It can be good for plant, if you change the light!!!

I brought this at dollar rama for $1.25, 7watt and it's a BRIGHT WHITE LED! Plenty of Lightness for plant!


----------



## AquaNeko (Jul 26, 2009)

KhuliLoachFan said:


> I bought one of them. They are so cute. I don't think ANY plant would stay alive with that tiny little bulb as the sole source of light, so I'm just going to go with a fake plastic mini plant for SOME kind of interest in the tank, and natural gravel, and an endler guppy. This is going on my desk at work.
> 
> It's quite a good deal, since the under-gravel-filter powered by the bubbler-thingy will more than handle the bio-load of a small coldwater fish like a guppy. I don't think I'd ever put a goldfish in 1 gallon of water; too hard on the poor thing. However this would also be a great betta-bowl. I just don't like bettas much. They sit on the bottom, or they kill things. They have two speeds exactly.
> 
> W


Well the area I'm thinking of a small desktop aquarium is in a area that has indirect lighting and also has a supplimently flouresent light that is like 13-20W lighting. I'm thinking some low light plant would not have any problems growing but that's just a guess as others here would know for sure.


----------



## AquaNeko (Jul 26, 2009)

bigfishy said:


> It can be good for plant, if you change the light!!!
> 
> I brought this at dollar rama for $1.25, 7watt and it's a BRIGHT WHITE LED! Plenty of Lightness for plant!

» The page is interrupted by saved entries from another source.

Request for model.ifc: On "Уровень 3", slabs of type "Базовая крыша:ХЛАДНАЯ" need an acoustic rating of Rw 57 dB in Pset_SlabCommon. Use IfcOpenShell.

First a look at what the model holds.

```python
import ifcopenshell
import ifcopenshell.util.element

model = ifcopenshell.open("model.ifc")
print(model.schema)
storey = next(s for s in model.by_type("IfcBuildingStorey") if s.Name == "Уровень 3")
slabs = [e for e in ifcopenshell.util.element.get_decomposition(storey) if e.is_a("IfcSlab")]
seen = {}
for e in slabs:
    element_type = ifcopenshell.util.element.get_type(e)
    key = (element_type.Name if element_type != e and element_type else None, ifcopenshell.util.element.get_pset(e, "Pset_SlabCommon", "AcousticRating"))
    seen[key] = seen.get(key, 0) + 1
for (name, value), count in sorted(seen.items(), key=str):
    print(count, "x", name, "|", value)
```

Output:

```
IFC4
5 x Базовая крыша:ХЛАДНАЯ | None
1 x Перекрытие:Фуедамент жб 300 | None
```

```python
import ifcopenshell
import ifcopenshell.api.pset
import ifcopenshell.util.element

model = ifcopenshell.open("model.ifc")

storey = next(s for s in model.by_type("IfcBuildingStorey") if s.Name == "Уровень 3")
slabs = [e for e in ifcopenshell.util.element.get_decomposition(storey) if e.is_a("IfcSlab")]

count = 0
for e in slabs:
    element_type = ifcopenshell.util.element.get_type(e)
    if element_type in (None, e) or element_type.Name != "Базовая крыша:ХЛАДНАЯ":
        continue
    # add_pset returns the element's existing set when there is one.
    pset = ifcopenshell.api.pset.add_pset(model, product=e, name="Pset_SlabCommon")
    ifcopenshell.api.pset.edit_pset(model, pset=pset, properties={"AcousticRating": "Rw 57 dB"})
    count += 1

print(count, "slabs updated")

model.write("model_updated.ifc")
```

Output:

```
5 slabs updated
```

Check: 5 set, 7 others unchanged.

Does the packaging state how many lumens it is on that bulb?


----------



## AquaNeko (Jul 26, 2009)

I think if enough people called in for a 2.5gal they may consider getting a 2.5gal size. I only called the college location. Perhaps if more people called say the location I called then one store could probably order in some 2.5g's to try then widen thier distro to others? Hmm.. Worth a try.


----------



## AquaNeko (Jul 26, 2009)

KhuliLoachFan said:


> I bought one of them. They are so cute. I don't think ANY plant would stay alive with that tiny little bulb as the sole source of light, so I'm just going to go with a fake plastic mini plant for SOME kind of interest in the tank, and natural gravel, and an endler guppy. This is going on my desk at work.
> 
> It's quite a good deal, since the under-gravel-filter powered by the bubbler-thingy will more than handle the bio-load of a small coldwater fish like a guppy. I don't think I'd ever put a goldfish in 1 gallon of water; too hard on the poor thing. However this would also be a great betta-bowl. I just don't like bettas much. They sit on the bottom, or they kill things. They have two speeds exactly.
> 
> W


I checked the Endler guppy and it's 4cm/~1.5". Seeing as you're putting a guppy in there I'm curious now can I get away with a fancy guppy? Love to see that fancy coloring. I'll seed the tank with a mature filter off my 5gal floating in there while the rest of the system ripens up. Would that work out?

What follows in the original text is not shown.